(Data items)
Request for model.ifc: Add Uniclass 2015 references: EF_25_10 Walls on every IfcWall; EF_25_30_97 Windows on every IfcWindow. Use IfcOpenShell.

First a look at what the model holds.

```python
import ifcopenshell

model = ifcopenshell.open("model.ifc")
print(model.schema)
print("classifications:", [c.Name for c in model.by_type("IfcClassification")])
for ifc_class in ("IfcDoor", "IfcRoof", "IfcStair", "IfcWall", "IfcWindow"):
    print(ifc_class, len(model.by_type(ifc_class)))
```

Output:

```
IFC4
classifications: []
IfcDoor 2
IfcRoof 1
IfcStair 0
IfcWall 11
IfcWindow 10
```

```python
import ifcopenshell
import ifcopenshell.api.classification

model = ifcopenshell.open("model.ifc")

system = ifcopenshell.api.classification.add_classification(model, classification="Uniclass 2015")

codes = {
    "IfcWall": ("EF_25_10", "Walls"),
    "IfcWindow": ("EF_25_30_97", "Windows"),
}
for ifc_class, (code, name) in codes.items():
    products = model.by_type(ifc_class)
    ifcopenshell.api.classification.add_reference(
        model, products=products, classification=system, identification=code, name=name
    )
    print(code, len(products))

model.write("model_v2.ifc")
```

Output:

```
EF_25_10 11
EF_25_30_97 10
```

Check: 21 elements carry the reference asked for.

--- Task brief ---
What is needed is a word-for-word copy of all the records above.

--- Written answer ---
Request for model.ifc: Add Uniclass 2015 references: EF_25_10 Walls on every IfcWall; EF_25_30_97 Windows on every IfcWindow. Use IfcOpenShell.

First a look at what the model holds.

```python
import ifcopenshell

model = ifcopenshell.open("model.ifc")
print(model.schema)
print("classifications:", [c.Name for c in model.by_type("IfcClassification")])
for ifc_class in ("IfcDoor", "IfcRoof", "IfcStair", "IfcWall", "IfcWindow"):
    print(ifc_class, len(model.by_type(ifc_class)))
```

Output:

```
IFC4
classifications: []
IfcDoor 2
IfcRoof 1
IfcStair 0
IfcWall 11
IfcWindow 10
```

```python
import ifcopenshell
import ifcopenshell.api.classification

model = ifcopenshell.open("model.ifc")

system = ifcopenshell.api.classification.add_classification(model, classification="Uniclass 2015")

codes = {
    "IfcWall": ("EF_25_10", "Walls"),
    "IfcWindow": ("EF_25_30_97", "Windows"),
}
for ifc_class, (code, name) in codes.items():
    products = model.by_type(ifc_class)
    ifcopenshell.api.classification.add_reference(
        model, products=products, classification=system, identification=code, name=name
    )
    print(code, len(products))

model.write("model_v2.ifc")
```

Output:

```
EF_25_10 11
EF_25_30_97 10
```

Check: 21 elements carry the reference asked for.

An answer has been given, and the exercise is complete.